# Configuration du clavier, action de Caps lock



## Calor45 (8 Novembre 2006)

Bonjour,

J'ai une personne de mon entourage qui &#224; recemment (hier) switch&#233; sur un magnifique Imac 24", seulement encore un peu trop habitu&#233; &#224; l'utilisation d'un autre OS il aimerait configurer l'action de la touche caps lock ( verrouillage des majuscules ) pour que celle ci puis &#234;tre d&#233;sactiv&#233;e en appuyant sur Shift; Bref comme certaines configuration de Windows.

Merci pour votre aide.

Dans le m&#234;me registre :
Comment remplacer le , ( virgule ) du pav&#233; num&#233;rique par un . ( point ) ?

Longue vie &#224; Macg&#233; !


----------



## eriamel (2 Septembre 2007)

Bonjour,

Quelqu'un a-t-il une réponse à cette ancienne question, cela m'interesserait beaucoup !


----------



## LaRose (29 Janvier 2009)

Pour pouvoir avoir un point à la place de la virgule sur le pavé numérique, il faut passer le clavier en français numérique par l'internationale. Pour le déverrouillage des majuscules j'ai pas encore trouvé !!! Mais je cherche, parce que ça m'énerve.


----------



## cyl_new9 (7 Septembre 2009)

Bonjour,

Moi aussi j'ai switché sur MacBook Pro et je n'ai connu que Windows que je connais sur le bout des doigts coté fonctionalités.
C'est un peu déroutant au départ certes, mais je m'adapte sauf concernant le déverrouillage des majuscules qui ne s'opère qu'avec la touche Capslocks.

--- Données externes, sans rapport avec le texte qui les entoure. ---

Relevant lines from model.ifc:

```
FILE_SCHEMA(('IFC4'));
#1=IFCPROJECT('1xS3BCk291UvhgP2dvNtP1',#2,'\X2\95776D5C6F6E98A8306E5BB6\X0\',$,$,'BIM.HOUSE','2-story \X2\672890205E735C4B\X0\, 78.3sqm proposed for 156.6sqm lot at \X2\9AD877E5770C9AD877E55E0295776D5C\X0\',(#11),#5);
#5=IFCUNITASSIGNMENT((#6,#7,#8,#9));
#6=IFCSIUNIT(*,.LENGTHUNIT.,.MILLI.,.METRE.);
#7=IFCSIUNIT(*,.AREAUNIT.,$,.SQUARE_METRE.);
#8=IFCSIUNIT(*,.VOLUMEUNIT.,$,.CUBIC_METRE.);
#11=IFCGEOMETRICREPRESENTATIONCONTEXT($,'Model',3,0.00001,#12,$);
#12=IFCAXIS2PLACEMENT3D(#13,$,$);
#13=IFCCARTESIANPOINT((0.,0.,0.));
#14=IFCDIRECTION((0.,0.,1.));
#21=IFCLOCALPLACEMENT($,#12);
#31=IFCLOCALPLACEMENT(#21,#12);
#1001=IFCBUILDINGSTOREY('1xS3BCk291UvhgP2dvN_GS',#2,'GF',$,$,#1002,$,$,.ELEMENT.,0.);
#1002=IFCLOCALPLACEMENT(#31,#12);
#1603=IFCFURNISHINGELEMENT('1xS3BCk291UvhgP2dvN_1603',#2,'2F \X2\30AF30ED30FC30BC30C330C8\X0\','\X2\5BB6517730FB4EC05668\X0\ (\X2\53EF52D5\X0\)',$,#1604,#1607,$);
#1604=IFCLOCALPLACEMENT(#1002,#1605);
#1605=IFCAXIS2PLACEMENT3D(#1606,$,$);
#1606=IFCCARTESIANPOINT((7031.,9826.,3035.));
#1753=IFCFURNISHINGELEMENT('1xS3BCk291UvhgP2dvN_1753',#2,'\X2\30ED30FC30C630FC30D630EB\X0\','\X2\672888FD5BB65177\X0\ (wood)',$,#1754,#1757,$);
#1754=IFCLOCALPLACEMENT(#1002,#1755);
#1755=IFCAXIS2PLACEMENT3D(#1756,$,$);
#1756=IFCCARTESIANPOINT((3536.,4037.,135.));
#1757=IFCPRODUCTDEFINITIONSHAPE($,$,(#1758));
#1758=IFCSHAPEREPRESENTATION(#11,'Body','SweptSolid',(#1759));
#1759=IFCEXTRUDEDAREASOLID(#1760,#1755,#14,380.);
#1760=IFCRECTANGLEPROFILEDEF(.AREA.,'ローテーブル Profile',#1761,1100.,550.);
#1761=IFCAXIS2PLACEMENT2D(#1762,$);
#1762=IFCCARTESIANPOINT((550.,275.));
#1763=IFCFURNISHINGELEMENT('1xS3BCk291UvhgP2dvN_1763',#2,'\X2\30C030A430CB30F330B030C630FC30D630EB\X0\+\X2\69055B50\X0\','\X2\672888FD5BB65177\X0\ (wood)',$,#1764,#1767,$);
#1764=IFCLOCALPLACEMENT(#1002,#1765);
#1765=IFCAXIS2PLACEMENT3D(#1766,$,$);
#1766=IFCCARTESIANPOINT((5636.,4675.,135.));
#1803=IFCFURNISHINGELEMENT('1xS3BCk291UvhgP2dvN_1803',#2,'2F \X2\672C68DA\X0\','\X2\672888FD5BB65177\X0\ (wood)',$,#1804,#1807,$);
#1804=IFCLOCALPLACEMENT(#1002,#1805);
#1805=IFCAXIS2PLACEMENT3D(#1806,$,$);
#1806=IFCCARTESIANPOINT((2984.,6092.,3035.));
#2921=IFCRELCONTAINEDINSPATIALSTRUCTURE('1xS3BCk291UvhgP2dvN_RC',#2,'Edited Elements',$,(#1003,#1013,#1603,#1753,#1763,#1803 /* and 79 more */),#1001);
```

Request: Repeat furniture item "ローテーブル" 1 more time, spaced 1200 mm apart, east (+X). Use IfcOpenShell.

```python
import numpy as np
import ifcopenshell
import ifcopenshell.api.geometry
import ifcopenshell.api.root
import ifcopenshell.util.element
import ifcopenshell.util.placement
import ifcopenshell.util.unit

model = ifcopenshell.open("model.ifc")
unit_scale = ifcopenshell.util.unit.calculate_unit_scale(model)


def reuse_history(source, copy):
    """copy_class also copies each property set's owner history, people and application; keep the originals."""
    for rel in copy.IsDefinedBy:
        if rel.is_a("IfcRelDefinesByProperties") and (history := rel.RelatingPropertyDefinition.OwnerHistory):
            rel.RelatingPropertyDefinition.OwnerHistory = source.OwnerHistory
            ifcopenshell.util.element.remove_deep2(model, history)


source = model.by_guid("1xS3BCk291UvhgP2dvN_1753")
base = ifcopenshell.util.placement.get_local_placement(source.ObjectPlacement)
step = np.array([1.0, 0.0, 0.0]) * 1.2 / unit_scale

for i in range(1, 2):
    copy = ifcopenshell.api.root.copy_class(model, product=source)
    copy.Representation = ifcopenshell.util.element.copy_deep(
        model, source.Representation, exclude=["IfcGeometricRepresentationContext", "IfcRepresentationMap"]
    )
    reuse_history(source, copy)
    matrix = base.copy()
    matrix[:3, 3] += i * step
    print("added at", matrix[:3, 3].round(3) + 0.0)
    ifcopenshell.api.geometry.edit_object_placement(model, product=copy, matrix=matrix, is_si=False)

model.write("model_edited.ifc")
```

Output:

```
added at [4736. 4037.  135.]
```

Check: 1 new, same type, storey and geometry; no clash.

L'intérêt  de* déverouiller avec shift *est d'indéniable pour certains

1 - lorsque l'on tape de ses dix doigts sans jamais regarder le clavier depuis toujours, il suffit de faire shift + la première lettre de sa phrase en majuscule et une fois relachée tout suit en minuscule comme on le veut sans se préoccuper de rien

2 - si on ne sait plus si on est en maj ou non, une petite tapote sur shift sans regarder la diode majuscule et on est en minuscule quoi qu'il en soit. 
*Bref, on ne lache pas l'écran des yeux en aucun cas.​*Moi aussi en parcourant les forum j'ai trouvé l'astuce pour les nombres, mais pour la majuscule, rien du tout.
Si quelqu'un a la réponse, il est le bienvenu et je le remercie d'avance !!


----------



## bompi (7 Septembre 2009)

C'est gentil d'expliquer comment ça marche avec Ouinedoze, on ne savait pas.

Le principe de Mac OS X est le même que sous UNIX et je ne vois pas pourquoi il changerait (quoique, avec Apple on ne sait jamais ...) mais il n'est pas impossible que quelque nostalgique des machines à écrire ou de Ouinedoze ait développé une astuce pour revenir au merveilleux système qu'il venait de quitter ...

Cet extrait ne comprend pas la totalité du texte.